Exercise goal: The entries that follow are to be duplicated in full, character for character.

>>>

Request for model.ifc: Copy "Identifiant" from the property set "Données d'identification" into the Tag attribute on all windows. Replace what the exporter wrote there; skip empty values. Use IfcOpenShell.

First a look at what the model holds.

```python
import ifcopenshell
import ifcopenshell.util.element

model = ifcopenshell.open("model.ifc")
print(model.schema)
windows = model.by_type("IfcWindow")
print(len(windows), "windows")
for e in windows[:8]:
    source = ifcopenshell.util.element.get_pset(e, "Données d'identification", "Identifiant")
    target = e.Tag
    print(e.id(), repr(source), repr(target), sep=" | ")
```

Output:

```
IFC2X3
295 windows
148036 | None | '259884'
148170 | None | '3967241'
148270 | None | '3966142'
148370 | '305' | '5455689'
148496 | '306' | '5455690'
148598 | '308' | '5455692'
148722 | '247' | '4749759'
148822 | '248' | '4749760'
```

```python
import ifcopenshell
import ifcopenshell.util.element

model = ifcopenshell.open("model.ifc")

count = 0
for e in model.by_type("IfcWindow"):
    value = ifcopenshell.util.element.get_pset(e, "Données d'identification", "Identifiant")
    current = e.Tag
    if not value or not value.strip() or current == value:
        continue
    e.Tag = value
    count += 1

print(count, "windows updated")

model.write("model_edited.ifc")
```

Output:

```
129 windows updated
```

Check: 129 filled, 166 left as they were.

<<<

Output for this exercise:
Request for model.ifc: Copy "Identifiant" from the property set "Données d'identification" into the Tag attribute on all windows. Replace what the exporter wrote there; skip empty values. Use IfcOpenShell.

First a look at what the model holds.

```python
import ifcopenshell
import ifcopenshell.util.element

model = ifcopenshell.open("model.ifc")
print(model.schema)
windows = model.by_type("IfcWindow")
print(len(windows), "windows")
for e in windows[:8]:
    source = ifcopenshell.util.element.get_pset(e, "Données d'identification", "Identifiant")
    target = e.Tag
    print(e.id(), repr(source), repr(target), sep=" | ")
```

Output:

```
IFC2X3
295 windows
148036 | None | '259884'
148170 | None | '3967241'
148270 | None | '3966142'
148370 | '305' | '5455689'
148496 | '306' | '5455690'
148598 | '308' | '5455692'
148722 | '247' | '4749759'
148822 | '248' | '4749760'
```

```python
import ifcopenshell
import ifcopenshell.util.element

model = ifcopenshell.open("model.ifc")

count = 0
for e in model.by_type("IfcWindow"):
    value = ifcopenshell.util.element.get_pset(e, "Données d'identification", "Identifiant")
    current = e.Tag
    if not value or not value.strip() or current == value:
        continue
    e.Tag = value
    count += 1

print(count, "windows updated")

model.write("model_edited.ifc")
```

Output:

```
129 windows updated
```

Check: 129 filled, 166 left as they were.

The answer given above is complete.